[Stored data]
[Start of section]

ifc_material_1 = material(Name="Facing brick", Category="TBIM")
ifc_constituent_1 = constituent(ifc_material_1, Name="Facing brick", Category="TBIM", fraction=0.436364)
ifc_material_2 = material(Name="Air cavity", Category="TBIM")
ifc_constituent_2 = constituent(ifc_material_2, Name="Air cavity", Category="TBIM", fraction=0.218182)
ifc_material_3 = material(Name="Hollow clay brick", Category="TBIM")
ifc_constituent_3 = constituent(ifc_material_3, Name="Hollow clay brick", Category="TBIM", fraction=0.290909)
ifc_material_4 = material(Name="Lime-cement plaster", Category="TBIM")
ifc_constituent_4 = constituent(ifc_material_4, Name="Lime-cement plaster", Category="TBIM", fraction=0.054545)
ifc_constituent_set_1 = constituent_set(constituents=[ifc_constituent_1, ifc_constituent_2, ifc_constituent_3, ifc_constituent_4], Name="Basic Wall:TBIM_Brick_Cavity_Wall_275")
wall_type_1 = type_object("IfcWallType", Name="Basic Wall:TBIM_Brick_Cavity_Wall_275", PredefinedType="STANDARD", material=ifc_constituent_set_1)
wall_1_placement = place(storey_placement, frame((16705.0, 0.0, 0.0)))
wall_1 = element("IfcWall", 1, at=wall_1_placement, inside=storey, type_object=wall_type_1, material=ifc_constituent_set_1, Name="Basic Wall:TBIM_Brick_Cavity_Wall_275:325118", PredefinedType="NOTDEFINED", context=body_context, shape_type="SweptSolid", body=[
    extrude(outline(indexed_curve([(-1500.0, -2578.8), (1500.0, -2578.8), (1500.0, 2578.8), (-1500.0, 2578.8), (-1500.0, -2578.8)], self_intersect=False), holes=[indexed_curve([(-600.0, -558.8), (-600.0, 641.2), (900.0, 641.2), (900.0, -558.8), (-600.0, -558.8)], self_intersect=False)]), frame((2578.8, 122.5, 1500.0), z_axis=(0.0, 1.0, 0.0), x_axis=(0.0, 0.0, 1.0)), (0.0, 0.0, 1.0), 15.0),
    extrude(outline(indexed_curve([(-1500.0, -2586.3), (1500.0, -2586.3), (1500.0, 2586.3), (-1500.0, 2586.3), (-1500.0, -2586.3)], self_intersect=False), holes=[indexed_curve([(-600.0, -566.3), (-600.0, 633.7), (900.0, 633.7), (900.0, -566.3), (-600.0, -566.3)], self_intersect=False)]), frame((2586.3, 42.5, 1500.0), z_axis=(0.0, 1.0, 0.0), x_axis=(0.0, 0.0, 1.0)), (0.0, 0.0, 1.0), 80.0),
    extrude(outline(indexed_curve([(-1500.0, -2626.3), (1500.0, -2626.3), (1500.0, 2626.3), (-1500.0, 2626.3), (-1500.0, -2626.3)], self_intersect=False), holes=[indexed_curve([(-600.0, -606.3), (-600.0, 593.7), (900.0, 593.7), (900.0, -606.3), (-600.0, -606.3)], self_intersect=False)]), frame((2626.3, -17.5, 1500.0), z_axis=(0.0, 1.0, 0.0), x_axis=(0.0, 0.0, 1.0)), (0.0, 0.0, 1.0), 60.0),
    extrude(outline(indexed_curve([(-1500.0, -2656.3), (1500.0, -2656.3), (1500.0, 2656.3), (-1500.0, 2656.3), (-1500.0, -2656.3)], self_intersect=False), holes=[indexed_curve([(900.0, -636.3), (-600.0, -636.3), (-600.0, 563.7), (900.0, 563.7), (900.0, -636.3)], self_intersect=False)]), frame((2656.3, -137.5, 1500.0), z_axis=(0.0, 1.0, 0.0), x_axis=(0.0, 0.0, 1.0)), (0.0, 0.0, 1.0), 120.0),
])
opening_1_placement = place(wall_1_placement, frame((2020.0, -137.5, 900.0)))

[End of section]
[Start of section]

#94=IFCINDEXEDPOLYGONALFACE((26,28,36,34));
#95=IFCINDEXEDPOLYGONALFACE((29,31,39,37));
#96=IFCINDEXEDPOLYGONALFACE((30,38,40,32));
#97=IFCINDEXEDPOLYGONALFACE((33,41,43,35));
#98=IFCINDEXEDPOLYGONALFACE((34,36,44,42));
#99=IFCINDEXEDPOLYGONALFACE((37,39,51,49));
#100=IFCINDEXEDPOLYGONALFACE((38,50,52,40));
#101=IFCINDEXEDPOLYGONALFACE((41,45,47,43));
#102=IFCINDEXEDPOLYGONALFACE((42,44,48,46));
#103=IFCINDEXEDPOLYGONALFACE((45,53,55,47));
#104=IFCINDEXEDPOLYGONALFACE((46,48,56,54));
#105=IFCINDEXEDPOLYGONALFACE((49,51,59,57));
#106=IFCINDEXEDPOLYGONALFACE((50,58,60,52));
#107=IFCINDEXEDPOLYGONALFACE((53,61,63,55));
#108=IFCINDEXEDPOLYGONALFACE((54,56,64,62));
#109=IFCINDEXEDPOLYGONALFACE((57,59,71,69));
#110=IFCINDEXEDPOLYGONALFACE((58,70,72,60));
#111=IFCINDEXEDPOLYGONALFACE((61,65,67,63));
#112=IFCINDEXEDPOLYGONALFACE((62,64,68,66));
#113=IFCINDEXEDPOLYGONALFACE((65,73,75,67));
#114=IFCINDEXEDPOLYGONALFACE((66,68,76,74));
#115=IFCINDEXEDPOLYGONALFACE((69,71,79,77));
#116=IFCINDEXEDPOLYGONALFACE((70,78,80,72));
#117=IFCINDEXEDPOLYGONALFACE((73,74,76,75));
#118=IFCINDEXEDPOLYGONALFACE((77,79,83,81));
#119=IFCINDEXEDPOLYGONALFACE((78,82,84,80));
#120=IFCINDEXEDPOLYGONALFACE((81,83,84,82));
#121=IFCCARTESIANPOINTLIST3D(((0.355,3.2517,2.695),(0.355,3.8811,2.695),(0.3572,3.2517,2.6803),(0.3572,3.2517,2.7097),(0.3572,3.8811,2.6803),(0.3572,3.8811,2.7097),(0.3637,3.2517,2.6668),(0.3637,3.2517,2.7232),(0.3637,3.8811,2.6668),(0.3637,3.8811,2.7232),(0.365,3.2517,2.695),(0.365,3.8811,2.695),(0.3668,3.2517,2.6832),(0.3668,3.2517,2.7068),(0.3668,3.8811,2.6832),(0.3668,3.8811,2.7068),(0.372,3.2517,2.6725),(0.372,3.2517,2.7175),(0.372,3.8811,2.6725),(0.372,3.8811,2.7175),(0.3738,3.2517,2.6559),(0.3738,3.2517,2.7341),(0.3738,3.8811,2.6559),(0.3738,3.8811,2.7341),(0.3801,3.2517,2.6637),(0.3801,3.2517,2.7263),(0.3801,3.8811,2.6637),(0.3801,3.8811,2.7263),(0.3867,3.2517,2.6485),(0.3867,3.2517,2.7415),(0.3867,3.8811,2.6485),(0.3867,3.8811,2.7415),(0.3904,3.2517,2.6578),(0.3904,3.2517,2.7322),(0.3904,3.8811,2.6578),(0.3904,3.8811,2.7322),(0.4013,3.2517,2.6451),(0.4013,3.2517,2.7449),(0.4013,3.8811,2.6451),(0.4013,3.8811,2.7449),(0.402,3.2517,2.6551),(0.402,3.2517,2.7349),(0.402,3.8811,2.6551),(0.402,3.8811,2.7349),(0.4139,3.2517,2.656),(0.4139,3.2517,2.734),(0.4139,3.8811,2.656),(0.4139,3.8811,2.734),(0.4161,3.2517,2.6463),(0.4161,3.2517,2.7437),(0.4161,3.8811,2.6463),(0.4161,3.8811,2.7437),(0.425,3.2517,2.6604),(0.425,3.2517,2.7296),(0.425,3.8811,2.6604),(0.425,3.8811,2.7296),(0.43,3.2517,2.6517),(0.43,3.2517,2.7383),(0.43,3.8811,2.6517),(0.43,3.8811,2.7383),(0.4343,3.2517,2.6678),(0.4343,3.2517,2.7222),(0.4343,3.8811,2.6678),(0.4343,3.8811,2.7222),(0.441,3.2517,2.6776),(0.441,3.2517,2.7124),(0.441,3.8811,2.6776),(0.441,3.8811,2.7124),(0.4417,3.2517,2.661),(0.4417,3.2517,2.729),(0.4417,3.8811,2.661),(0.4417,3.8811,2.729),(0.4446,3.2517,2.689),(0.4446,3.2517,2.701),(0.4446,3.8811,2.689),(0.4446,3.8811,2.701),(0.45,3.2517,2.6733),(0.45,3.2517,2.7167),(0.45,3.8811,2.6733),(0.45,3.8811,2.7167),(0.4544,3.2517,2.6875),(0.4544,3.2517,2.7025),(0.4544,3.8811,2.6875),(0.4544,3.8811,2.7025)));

[End of section]

What you are asked to do: From the entries, report every line in which the string "PredefinedType" occurs.

Solution:
wall_type_1 = type_object("IfcWallType", Name="Basic Wall:TBIM_Brick_Cavity_Wall_275", PredefinedType="STANDARD", material=ifc_constituent_set_1)
wall_1 = element("IfcWall", 1, at=wall_1_placement, inside=storey, type_object=wall_type_1, material=ifc_constituent_set_1, Name="Basic Wall:TBIM_Brick_Cavity_Wall_275:325118", PredefinedType="NOTDEFINED", context=body_context, shape_type="SweptSolid", body=[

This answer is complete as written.